The code I have is thusly:

package bruteforce

// GenerateCombinations is an iterator function.  Given an alphabet and a
// length, it will generate every possible combination of the letters in
// alphabet of the specified length.
//
// It is meant to be consumed by using the range clause:
//
//  for combination := range GenerateCombinations(alphabet, length) {
//      process(combination)
//  }
//
func GenerateCombinations(alphabet string, length int) <-chan string {

GenerateCombinations(alphabet, length):
if length == 0:
    yield ""
else:
    for i := range alphabet{
        for j := range GenerateCombinations(alphabet, length-1){
            i + j
        }
    }

    return nil
}

I seriously do not get this at all. As you can see, there is some instructor-provided pseudo code there, but the implementation of it is frying my brain.

Example I/O would be something like this:

If the alphabet is {0, 1} and the password was length 2, then it would need to generate {0, 1, 00, 01, 10, 11}.

I appreciate all suggestions, but please recognize that the term "beginner" doesn't begin to describe my competency with go. Saying things like "use channels" doesn't help me at all. Explanations are my friend... something that I haven't had a lot of luck getting out of my professor aside from "use channels."

Banish answered 8/10, 2013 at 13:51 Comment(1)
All of this is instructor-provided code. Which is part of my confusion.Banish
D
8

Your teacher has already hinted that you should use a channel instead of returning a big array. By solving it like that, you will not have to store this big chunk of data containing all combination, but rather feed your function with different iterations and process them one at a time.

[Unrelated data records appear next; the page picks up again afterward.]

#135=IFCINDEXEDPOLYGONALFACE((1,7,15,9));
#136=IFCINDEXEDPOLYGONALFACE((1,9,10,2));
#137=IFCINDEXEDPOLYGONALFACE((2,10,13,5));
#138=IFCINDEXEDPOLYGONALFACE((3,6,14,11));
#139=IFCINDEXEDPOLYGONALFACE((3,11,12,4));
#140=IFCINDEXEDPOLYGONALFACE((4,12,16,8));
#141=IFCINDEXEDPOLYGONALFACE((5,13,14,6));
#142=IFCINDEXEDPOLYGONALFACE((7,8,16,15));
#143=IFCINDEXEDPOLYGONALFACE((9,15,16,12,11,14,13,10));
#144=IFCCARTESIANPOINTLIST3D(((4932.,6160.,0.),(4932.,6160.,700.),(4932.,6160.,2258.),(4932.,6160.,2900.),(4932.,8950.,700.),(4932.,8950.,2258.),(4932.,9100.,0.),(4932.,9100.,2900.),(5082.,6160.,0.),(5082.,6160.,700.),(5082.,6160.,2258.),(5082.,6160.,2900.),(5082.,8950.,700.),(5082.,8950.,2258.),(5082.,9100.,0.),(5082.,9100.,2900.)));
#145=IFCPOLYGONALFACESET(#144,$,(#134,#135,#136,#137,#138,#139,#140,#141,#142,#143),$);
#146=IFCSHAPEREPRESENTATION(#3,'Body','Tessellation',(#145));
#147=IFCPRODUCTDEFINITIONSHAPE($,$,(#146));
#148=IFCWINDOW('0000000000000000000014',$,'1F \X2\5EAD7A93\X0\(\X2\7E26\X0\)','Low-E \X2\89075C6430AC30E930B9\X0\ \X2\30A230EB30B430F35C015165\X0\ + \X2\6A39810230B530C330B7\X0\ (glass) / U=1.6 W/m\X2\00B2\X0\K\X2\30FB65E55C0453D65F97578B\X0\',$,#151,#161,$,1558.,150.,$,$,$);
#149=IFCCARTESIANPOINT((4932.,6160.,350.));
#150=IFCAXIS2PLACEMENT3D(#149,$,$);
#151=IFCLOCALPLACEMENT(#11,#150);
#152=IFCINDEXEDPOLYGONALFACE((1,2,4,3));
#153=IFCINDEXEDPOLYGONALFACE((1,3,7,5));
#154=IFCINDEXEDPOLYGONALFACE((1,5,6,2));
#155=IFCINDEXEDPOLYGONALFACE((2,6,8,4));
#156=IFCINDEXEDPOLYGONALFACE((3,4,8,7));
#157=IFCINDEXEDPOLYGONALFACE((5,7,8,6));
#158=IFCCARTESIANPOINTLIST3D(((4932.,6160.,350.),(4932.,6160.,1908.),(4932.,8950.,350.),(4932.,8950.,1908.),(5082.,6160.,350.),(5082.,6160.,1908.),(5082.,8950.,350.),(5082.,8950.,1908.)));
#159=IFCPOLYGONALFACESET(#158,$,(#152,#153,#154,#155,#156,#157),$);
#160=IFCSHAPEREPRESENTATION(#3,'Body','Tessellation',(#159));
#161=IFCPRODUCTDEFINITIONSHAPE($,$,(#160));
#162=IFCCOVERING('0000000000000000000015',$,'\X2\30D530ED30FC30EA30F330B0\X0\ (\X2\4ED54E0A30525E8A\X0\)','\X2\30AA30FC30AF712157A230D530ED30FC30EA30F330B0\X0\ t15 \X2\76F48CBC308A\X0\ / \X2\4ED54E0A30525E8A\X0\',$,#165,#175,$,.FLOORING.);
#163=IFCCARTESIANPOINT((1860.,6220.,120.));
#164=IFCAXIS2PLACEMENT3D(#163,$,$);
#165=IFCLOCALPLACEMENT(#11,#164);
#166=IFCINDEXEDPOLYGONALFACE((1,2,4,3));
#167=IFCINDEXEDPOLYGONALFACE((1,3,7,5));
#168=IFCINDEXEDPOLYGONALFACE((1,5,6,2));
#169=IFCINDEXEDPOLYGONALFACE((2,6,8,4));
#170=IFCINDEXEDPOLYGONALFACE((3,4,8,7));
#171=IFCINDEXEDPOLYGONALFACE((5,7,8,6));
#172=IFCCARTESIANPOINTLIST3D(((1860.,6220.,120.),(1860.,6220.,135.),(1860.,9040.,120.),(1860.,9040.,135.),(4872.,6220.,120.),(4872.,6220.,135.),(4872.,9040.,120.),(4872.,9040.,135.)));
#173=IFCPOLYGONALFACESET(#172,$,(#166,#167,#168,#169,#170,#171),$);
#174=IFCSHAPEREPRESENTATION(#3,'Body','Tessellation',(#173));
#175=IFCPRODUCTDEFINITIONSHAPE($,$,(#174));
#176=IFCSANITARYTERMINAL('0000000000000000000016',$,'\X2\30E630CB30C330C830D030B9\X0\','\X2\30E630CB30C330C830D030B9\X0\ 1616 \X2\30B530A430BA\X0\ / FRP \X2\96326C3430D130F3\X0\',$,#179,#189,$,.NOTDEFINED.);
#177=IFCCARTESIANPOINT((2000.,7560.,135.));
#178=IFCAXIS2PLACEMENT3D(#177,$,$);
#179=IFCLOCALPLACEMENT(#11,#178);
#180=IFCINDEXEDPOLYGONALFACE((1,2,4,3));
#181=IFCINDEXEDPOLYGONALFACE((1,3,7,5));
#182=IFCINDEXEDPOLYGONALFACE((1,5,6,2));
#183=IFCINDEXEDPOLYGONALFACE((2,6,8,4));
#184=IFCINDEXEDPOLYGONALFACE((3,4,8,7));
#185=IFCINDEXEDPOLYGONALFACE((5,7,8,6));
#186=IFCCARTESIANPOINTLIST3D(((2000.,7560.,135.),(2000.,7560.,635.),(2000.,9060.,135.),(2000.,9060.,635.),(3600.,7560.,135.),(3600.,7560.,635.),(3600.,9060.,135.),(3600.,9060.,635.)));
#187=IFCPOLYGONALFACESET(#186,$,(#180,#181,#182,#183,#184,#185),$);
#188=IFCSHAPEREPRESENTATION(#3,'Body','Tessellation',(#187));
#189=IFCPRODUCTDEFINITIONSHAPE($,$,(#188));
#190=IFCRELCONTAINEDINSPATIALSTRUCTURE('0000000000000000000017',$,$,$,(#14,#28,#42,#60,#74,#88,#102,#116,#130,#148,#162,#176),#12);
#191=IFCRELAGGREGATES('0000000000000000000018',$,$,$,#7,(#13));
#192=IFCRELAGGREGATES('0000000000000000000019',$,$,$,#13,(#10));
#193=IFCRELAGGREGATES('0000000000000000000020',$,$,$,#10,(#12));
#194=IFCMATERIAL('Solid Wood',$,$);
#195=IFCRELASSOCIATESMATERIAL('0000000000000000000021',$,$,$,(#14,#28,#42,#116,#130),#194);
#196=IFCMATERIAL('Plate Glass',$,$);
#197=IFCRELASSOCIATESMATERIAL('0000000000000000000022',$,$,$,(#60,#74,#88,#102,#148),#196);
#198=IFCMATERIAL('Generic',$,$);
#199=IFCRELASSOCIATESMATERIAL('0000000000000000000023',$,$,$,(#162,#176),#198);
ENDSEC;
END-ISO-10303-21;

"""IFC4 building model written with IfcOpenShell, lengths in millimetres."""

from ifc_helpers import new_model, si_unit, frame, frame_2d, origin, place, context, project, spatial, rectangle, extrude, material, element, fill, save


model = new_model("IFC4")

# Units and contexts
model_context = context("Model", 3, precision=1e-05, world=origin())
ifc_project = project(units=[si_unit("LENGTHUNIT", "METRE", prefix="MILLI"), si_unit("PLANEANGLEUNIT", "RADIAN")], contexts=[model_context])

We can see your teachers hint in that the GenerateCombinations returns a chan string and not a []string:

func GenerateCombinations(alphabet string, length int) <-chan string

This also means that the function must 1) create a channel to return, and 2) start a goroutine that feeds iterations to the channel. This function would look something like this:

func GenerateCombinations(alphabet string, length int) <-chan string {
    c := make(chan string)

    // Starting a separate goroutine that will create all the combinations,
    // feeding them to the channel c
    go func(c chan string) {
        defer close(c) // Once the iteration function is finished, we close the channel

        // This is where the iteration will take place
        // Your teacher's pseudo code uses recursion
        // which mean you might want to create a separate function
        // that can call itself.
    }(c)

    return c // Return the channel to the calling function
}

While I will leave the actual iteration to you, every loop should result in you putting a combination string into the channel. Because it is not a buffered channel, the iterating function will wait til the main function has read the value before continue to process the next iteration.

A playground version including the main function: http://play.golang.org/p/CBkSjpmQ0t

A full working solution using recursion: http://play.golang.org/p/0bWDCibSUJ

Di answered 8/10, 2013 at 14:6 Comment(7)
This is really helpful! Thank you! Can I take your response to mean that if I fill in the code where you commented for iteration, that I may have working code? Or is there still more that I've got to figure out?Banish
You have to add the iteration part (I added a comment about the recursion your teacher is hinting at). You might want to have a main function calling and listening to the channel as well. Hmm.. okay, I'll add that part as well.Di
If you need more hints and help on how to create a recursive function, just add a comment. But this should at least get you started :) . And remember to accept the answer if it was useful.Di
Yeah this was tremendously helpful, thank you very much. One thing I'm a little confused on, when you suggest making another function for recursion, would that look something like: func fooCursion (foo bar) <- chan string { } ?Banish
And actually, where the iteration happens, is that where I use the range clause?Banish
@Joodoo The function would take the channel as parameter so it can write to it while generating the combinations. Regarding the placement of the range clause: Just look at ANisus' comments in the code, they basically tell you that.Verecund
@Joodoo Inspired by Jimt, I've added a playground link to a working example of the recursion solution. You can use the code if, and only if, you understand what it does ;) . There are other ways to solve it, but that is probably how your teacher would do it.Di
M
4

This is a tricky problem if you are entirely unfamiliar with Go and/or how to generate permutations. Below is a full implementation of the solution. I suggest you only look at this if you really get stuck, because doing so will obviously remove the learning experience.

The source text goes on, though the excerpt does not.